# Can't open apple file security protected files - updated



## macgrrrl (Jul 30, 2006)

(For a recent update of the following, scroll to bottom)

ok here's my dilemma. i used to use OS 9 Classic with the Apple File Security feature. i used it to password protect a lot of different files. eventually i upgraded from OS 9 Classic to OS X (Panther) with the option to run OS 9 if i needed to. i wanted to keep using Apple File Security (AFS) so i would open OS 9, open AFS, and then password protect the files of my choice. 

well, just recently, i tried to open a file that i password protected, and it wouldn't prompt me for the password. instead, a Convert File From box popped up with choices like, "Text Only, MS-DOS Text, Rich Text Format (RTF), HTML Document" etc. this never happened before. usually when i click on the file i want to open, OS 9 will automatically start up and then i will get a prompt to type in the password for the file. not this time. if i choose one of the options in the Convert File From box, it opens up the file with a bunch of jibberish.

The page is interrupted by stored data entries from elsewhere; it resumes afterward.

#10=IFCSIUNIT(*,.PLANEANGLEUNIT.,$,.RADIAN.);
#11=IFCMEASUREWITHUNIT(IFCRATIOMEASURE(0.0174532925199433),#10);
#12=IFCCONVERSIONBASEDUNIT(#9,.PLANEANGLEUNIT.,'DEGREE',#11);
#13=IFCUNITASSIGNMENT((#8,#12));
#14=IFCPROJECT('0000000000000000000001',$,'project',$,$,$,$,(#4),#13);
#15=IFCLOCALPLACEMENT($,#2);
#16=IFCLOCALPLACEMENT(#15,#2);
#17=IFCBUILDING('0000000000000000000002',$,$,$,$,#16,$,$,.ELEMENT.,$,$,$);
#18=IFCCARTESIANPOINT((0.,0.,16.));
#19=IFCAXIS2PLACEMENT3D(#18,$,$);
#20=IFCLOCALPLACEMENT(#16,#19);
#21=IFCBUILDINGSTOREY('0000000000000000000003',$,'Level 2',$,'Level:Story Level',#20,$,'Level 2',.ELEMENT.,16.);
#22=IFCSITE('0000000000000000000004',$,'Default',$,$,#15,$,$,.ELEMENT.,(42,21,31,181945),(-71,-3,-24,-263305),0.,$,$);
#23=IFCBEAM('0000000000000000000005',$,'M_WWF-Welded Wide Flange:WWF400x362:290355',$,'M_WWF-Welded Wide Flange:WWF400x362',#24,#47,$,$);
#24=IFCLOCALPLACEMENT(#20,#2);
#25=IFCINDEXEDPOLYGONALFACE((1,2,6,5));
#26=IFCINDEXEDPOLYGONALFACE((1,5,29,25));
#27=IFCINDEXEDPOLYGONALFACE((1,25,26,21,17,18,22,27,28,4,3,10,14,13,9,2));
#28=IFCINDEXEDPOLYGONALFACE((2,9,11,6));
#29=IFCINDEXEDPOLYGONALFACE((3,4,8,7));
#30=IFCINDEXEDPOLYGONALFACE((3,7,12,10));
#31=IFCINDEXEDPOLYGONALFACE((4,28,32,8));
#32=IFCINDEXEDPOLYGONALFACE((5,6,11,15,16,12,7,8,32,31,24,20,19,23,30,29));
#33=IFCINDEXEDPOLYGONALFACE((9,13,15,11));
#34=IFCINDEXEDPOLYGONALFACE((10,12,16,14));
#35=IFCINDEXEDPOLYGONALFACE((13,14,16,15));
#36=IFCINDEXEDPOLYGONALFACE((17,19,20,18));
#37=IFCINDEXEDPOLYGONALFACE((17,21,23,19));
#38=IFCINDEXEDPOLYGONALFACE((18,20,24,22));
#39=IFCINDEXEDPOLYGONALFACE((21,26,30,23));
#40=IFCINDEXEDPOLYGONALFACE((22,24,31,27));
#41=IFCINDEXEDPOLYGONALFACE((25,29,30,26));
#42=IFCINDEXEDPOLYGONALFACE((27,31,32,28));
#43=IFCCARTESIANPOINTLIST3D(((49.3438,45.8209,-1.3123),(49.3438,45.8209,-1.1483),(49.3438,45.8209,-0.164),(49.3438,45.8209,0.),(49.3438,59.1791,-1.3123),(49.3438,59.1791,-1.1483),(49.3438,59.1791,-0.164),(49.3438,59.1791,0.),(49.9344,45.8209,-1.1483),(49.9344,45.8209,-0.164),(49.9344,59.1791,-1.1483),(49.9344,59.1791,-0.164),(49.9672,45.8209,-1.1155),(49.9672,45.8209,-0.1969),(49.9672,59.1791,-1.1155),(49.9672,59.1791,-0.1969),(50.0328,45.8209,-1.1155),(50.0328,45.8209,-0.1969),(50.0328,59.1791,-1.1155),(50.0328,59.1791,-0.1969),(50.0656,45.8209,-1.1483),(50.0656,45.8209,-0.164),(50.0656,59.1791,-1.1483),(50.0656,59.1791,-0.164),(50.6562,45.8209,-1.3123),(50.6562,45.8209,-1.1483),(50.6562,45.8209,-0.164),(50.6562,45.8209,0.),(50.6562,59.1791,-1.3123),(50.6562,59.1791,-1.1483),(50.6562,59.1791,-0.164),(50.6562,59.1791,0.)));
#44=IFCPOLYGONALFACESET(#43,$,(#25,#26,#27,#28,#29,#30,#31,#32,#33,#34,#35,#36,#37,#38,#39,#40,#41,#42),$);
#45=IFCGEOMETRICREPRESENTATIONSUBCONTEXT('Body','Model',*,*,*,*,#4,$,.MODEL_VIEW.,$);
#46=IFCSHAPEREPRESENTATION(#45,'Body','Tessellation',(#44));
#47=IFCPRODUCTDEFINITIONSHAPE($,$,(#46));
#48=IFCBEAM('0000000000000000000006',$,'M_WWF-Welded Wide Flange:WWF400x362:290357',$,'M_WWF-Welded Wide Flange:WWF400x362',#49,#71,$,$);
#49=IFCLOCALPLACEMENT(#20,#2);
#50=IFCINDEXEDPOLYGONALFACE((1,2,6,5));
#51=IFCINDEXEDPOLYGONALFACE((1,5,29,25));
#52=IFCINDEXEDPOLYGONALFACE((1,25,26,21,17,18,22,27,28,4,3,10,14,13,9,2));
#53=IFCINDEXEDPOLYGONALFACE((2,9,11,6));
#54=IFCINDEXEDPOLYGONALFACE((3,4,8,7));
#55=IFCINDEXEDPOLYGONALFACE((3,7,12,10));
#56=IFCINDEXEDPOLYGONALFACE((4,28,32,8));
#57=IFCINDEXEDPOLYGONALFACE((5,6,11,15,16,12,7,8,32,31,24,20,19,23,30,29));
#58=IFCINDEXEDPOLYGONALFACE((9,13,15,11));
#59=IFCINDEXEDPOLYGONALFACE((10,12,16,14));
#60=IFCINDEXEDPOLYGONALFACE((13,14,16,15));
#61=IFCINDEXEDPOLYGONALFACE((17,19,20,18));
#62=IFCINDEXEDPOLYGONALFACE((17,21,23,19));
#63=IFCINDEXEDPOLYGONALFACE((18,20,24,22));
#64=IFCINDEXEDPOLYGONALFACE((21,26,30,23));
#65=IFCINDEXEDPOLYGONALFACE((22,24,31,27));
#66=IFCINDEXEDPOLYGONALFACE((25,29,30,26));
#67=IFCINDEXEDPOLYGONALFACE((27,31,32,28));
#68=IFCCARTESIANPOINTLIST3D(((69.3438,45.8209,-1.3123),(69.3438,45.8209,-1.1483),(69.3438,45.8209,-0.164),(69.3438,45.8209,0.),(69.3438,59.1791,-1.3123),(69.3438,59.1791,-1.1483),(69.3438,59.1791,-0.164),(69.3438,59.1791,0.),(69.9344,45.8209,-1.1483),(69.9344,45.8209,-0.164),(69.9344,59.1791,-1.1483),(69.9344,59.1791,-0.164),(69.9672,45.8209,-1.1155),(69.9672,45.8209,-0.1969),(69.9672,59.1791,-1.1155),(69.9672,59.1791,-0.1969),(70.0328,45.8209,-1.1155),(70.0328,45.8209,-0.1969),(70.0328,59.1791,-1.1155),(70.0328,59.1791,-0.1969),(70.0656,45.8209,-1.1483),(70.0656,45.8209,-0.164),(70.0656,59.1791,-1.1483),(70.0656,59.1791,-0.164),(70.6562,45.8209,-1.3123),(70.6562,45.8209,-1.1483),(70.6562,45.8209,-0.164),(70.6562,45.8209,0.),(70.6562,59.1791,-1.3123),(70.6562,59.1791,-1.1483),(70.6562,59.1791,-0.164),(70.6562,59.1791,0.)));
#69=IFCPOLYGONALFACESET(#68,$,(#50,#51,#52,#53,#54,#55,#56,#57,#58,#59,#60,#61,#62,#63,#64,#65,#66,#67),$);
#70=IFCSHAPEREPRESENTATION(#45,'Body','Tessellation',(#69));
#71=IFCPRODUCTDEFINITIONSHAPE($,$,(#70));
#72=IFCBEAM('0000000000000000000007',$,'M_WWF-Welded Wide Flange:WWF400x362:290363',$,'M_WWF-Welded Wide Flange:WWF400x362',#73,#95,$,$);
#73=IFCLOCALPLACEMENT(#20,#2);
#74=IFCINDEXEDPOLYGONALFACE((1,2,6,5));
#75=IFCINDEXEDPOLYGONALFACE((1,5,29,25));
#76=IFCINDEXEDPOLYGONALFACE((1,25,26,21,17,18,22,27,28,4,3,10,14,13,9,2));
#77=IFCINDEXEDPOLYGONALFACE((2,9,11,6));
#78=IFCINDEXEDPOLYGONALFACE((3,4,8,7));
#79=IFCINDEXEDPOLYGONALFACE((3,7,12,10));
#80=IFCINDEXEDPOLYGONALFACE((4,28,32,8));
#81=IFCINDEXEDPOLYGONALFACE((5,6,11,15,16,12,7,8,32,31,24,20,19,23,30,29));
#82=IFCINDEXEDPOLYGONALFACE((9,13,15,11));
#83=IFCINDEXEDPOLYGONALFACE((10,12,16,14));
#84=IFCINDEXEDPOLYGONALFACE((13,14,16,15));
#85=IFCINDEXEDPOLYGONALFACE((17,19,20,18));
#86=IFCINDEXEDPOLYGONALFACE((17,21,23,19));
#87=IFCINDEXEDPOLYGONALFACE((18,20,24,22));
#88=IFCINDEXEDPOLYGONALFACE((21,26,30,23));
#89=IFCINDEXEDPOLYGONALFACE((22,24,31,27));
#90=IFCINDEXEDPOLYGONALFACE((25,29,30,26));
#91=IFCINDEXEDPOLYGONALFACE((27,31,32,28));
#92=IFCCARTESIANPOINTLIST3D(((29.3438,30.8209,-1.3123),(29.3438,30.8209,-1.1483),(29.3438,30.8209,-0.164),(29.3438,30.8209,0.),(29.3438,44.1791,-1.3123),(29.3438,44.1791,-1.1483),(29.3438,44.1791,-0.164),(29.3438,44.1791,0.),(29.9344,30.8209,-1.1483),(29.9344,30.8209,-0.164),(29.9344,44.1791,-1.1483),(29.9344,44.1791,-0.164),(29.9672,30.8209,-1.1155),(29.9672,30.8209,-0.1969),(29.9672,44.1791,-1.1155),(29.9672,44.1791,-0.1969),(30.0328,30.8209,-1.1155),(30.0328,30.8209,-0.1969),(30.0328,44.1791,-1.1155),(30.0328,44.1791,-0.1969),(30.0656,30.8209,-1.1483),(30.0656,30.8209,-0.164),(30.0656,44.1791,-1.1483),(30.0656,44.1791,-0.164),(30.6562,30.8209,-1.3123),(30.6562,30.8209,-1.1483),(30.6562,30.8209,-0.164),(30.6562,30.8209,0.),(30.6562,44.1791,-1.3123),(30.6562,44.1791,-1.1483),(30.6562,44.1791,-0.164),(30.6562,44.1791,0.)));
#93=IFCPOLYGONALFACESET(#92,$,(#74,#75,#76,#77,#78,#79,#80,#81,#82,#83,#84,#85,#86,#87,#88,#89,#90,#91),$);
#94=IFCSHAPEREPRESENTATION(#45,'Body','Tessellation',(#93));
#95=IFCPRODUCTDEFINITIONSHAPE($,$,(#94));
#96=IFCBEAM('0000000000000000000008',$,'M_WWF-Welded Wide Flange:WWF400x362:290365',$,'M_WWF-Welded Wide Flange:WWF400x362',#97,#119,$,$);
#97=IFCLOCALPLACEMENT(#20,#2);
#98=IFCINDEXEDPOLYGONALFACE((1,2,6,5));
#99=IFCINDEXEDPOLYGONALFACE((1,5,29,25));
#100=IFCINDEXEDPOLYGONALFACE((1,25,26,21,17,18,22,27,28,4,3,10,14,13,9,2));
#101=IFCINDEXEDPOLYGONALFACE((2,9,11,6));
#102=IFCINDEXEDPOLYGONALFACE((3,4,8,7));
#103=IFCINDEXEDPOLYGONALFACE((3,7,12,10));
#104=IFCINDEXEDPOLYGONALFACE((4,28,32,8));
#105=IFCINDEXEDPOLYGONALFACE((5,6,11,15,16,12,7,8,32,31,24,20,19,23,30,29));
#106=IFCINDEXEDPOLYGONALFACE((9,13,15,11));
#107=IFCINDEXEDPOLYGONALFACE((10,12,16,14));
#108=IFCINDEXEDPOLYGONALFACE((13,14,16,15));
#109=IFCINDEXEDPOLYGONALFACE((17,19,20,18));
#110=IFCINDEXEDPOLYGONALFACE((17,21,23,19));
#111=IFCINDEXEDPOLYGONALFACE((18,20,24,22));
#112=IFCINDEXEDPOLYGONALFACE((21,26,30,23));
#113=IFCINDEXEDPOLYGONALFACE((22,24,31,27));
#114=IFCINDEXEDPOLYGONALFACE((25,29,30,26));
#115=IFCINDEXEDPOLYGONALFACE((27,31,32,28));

what's changed? why am i being asked to convert the file when all i want to do is open it? 

i've tried opening it by manually opening OS 9 first and then the file but the same thing happens. i haven't done anything different. i recently downloaded the macairportfix for my aol but other than that or the usual mac updates, i haven't changed anything.

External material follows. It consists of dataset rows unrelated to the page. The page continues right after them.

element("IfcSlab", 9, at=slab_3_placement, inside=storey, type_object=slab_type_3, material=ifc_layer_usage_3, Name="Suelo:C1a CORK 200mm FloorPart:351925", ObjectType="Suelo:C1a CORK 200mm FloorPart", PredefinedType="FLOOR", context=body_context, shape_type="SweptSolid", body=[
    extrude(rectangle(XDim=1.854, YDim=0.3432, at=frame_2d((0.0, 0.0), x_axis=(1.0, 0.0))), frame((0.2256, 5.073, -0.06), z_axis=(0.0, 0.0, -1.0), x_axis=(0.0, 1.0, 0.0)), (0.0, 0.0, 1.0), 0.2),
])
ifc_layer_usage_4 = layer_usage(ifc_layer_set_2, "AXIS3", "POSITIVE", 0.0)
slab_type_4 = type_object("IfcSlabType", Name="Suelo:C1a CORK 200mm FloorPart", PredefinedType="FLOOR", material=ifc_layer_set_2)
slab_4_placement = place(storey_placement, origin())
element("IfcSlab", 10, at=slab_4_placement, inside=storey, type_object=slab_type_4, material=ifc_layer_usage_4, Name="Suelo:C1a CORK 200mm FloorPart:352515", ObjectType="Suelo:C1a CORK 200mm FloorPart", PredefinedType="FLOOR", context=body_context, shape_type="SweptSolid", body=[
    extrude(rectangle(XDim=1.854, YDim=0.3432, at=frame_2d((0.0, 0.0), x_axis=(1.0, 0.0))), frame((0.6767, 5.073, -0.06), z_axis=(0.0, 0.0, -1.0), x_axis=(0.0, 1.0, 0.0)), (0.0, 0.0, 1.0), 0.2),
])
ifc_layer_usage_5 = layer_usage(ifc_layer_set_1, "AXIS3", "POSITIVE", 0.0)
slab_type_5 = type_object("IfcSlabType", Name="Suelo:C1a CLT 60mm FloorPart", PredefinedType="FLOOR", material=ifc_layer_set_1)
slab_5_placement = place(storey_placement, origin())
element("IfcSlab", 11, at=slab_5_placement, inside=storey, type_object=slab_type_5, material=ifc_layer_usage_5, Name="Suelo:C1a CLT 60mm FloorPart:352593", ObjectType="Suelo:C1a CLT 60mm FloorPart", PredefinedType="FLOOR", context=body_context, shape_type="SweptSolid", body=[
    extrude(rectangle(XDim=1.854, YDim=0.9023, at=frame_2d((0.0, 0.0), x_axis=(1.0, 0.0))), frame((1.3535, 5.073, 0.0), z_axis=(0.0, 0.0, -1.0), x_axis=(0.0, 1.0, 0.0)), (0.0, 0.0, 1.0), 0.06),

i am having this problem with only one AFS protected file. all the others works fine.

one weird thing i noticed was there's an AFS protected file called "tEmP*cRyPtFiLe-10002" in my folder. i don't know where this file came from and when i try to open it, it asks for a password which i do not know. could this be the root of my problem?

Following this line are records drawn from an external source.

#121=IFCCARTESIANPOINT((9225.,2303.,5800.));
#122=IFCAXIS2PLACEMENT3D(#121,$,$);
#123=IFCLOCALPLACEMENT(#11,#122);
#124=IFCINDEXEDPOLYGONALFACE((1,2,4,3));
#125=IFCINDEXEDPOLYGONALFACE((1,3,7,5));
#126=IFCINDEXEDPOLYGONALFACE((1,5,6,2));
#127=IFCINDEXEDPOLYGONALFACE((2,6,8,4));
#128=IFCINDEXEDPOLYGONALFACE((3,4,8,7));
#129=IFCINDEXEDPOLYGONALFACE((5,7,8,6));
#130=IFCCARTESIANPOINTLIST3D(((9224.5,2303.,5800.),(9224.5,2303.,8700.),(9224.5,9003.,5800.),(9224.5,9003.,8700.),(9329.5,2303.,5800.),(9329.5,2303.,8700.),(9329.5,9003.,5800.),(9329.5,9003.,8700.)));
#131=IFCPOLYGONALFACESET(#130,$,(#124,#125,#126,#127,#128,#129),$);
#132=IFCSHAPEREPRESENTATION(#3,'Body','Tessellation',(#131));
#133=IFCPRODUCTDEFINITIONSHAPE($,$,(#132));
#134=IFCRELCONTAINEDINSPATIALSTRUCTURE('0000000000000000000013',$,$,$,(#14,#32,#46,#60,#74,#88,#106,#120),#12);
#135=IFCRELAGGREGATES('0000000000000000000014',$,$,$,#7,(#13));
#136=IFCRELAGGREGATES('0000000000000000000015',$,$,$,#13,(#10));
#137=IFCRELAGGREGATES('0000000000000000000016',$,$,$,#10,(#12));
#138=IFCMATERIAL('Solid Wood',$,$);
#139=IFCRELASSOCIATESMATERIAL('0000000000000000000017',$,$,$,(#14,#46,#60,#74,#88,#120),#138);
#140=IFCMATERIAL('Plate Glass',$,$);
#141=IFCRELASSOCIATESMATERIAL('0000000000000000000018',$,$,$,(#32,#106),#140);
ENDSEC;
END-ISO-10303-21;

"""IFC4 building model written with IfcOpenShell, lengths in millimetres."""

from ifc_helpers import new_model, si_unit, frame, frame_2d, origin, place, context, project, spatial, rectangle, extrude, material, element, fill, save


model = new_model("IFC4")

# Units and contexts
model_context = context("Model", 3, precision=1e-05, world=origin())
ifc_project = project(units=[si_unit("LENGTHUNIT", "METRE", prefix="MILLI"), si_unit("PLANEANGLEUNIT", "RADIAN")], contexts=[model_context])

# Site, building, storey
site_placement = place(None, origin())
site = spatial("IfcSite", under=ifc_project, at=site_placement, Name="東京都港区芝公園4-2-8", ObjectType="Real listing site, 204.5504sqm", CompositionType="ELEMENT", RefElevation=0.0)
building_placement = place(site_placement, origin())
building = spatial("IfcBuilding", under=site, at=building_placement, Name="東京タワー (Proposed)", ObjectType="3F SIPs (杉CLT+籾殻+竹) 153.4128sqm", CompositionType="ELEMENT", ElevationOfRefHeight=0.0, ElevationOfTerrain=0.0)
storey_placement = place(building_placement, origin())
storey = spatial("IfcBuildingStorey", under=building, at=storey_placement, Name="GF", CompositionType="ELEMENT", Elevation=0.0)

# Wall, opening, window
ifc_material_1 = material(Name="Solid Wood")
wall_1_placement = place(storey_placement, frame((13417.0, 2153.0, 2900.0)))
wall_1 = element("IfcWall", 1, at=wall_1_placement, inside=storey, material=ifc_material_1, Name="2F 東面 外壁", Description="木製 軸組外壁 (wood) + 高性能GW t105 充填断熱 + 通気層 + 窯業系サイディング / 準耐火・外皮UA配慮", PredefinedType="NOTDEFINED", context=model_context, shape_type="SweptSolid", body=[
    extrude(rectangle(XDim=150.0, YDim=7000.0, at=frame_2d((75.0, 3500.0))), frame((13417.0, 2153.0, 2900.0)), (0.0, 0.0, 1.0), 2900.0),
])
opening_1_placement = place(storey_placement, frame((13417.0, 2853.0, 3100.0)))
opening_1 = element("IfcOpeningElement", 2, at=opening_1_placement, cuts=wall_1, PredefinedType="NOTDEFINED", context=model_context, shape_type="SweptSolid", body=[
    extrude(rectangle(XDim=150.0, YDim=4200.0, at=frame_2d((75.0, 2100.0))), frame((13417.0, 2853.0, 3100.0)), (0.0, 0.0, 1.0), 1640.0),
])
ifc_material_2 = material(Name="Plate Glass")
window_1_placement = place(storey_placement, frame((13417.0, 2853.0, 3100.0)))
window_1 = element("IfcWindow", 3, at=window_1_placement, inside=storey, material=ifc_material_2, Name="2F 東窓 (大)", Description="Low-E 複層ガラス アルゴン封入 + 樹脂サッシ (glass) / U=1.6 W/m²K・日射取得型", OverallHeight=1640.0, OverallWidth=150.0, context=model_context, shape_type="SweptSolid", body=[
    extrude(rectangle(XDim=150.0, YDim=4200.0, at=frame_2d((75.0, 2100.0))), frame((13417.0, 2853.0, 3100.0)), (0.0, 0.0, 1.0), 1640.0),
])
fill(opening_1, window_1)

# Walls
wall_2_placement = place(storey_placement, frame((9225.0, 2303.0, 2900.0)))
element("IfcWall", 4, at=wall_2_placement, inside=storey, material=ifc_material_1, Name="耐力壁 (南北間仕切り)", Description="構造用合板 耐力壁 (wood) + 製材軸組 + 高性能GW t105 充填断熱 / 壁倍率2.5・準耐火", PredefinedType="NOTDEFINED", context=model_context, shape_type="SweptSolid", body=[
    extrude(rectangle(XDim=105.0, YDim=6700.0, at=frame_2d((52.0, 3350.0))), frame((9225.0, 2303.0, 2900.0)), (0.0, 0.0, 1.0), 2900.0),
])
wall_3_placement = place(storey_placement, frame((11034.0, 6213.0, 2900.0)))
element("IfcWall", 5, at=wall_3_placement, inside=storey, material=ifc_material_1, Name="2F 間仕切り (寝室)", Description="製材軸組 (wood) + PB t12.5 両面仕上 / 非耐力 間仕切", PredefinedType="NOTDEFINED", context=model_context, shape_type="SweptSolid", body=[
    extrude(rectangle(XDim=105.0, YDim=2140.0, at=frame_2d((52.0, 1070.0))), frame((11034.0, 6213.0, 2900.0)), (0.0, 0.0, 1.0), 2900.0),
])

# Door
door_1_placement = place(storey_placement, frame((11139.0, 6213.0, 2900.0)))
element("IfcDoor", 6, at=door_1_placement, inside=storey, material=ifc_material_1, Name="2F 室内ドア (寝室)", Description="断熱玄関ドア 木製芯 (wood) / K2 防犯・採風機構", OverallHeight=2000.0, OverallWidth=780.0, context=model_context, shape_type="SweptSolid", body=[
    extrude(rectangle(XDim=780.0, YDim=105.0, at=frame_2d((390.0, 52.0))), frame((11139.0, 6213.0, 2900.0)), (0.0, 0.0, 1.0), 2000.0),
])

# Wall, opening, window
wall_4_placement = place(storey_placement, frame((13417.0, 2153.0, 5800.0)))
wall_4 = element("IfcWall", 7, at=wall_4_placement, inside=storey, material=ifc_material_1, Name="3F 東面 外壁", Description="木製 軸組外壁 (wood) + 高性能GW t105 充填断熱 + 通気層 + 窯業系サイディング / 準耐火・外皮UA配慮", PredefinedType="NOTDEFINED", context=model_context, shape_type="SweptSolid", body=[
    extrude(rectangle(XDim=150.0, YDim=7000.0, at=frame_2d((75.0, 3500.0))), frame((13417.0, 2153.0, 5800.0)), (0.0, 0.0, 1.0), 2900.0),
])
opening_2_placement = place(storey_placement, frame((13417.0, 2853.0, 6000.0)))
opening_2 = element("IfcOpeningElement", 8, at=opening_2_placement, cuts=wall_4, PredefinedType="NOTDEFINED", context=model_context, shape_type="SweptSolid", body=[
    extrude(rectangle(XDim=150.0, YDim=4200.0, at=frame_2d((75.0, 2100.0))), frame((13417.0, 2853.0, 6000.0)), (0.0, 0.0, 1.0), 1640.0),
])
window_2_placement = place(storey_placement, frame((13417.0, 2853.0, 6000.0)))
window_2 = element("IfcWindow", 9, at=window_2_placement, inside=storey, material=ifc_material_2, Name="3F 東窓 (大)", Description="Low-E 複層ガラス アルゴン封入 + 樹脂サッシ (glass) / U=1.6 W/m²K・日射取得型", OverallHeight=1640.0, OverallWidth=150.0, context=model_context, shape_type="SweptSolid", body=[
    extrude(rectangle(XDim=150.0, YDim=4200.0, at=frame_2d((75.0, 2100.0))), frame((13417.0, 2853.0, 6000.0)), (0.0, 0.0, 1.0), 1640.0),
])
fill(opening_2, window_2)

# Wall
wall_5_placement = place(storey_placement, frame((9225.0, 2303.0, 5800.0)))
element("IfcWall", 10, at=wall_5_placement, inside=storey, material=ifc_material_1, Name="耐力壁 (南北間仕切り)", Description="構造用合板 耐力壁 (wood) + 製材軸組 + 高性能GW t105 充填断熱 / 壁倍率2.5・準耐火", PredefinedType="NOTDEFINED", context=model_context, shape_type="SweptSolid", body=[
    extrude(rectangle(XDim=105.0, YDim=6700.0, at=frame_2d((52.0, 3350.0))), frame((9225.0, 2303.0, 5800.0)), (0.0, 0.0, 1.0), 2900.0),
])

can anyone help me? i really need to get this file open. thank you from the bottom of my apple-shaped heart.

UPDATE:

I was able to get the "tEmP*cRyPtFiLe-10002" open. turns out this is the file i was trying to open.  it renamed itself as a temp file but the original file still exists and i can't open it. i tried opening it with AFS and MS Word but neither work. why was this temp file created to begin with? how can i prevent this from happening again? can i delete the original file or temp file?  any explanation or help is appreciated.


----------



## Cheryl (Aug 1, 2006)

While I can't explain what is happening to that file, you can indeed trash both the original and the temp file. 

Try one thing - Click on the original file once, then go to the File Menu and select Get Info. In that window - see if it is locked... if so, try unlocking it. 
Also check the permissions. See if you can change it so that you (your user name) can read & write.


----------



## macgrrrl (Aug 1, 2006)

Cheryl said:


> While I can't explain what is happening to that file, you can indeed trash both the original and the temp file.
> 
> Try one thing - Click on the original file once, then go to the File Menu and select Get Info. In that window - see if it is locked... if so, try unlocking it.
> Also check the permissions. See if you can change it so that you (your user name) can read & write.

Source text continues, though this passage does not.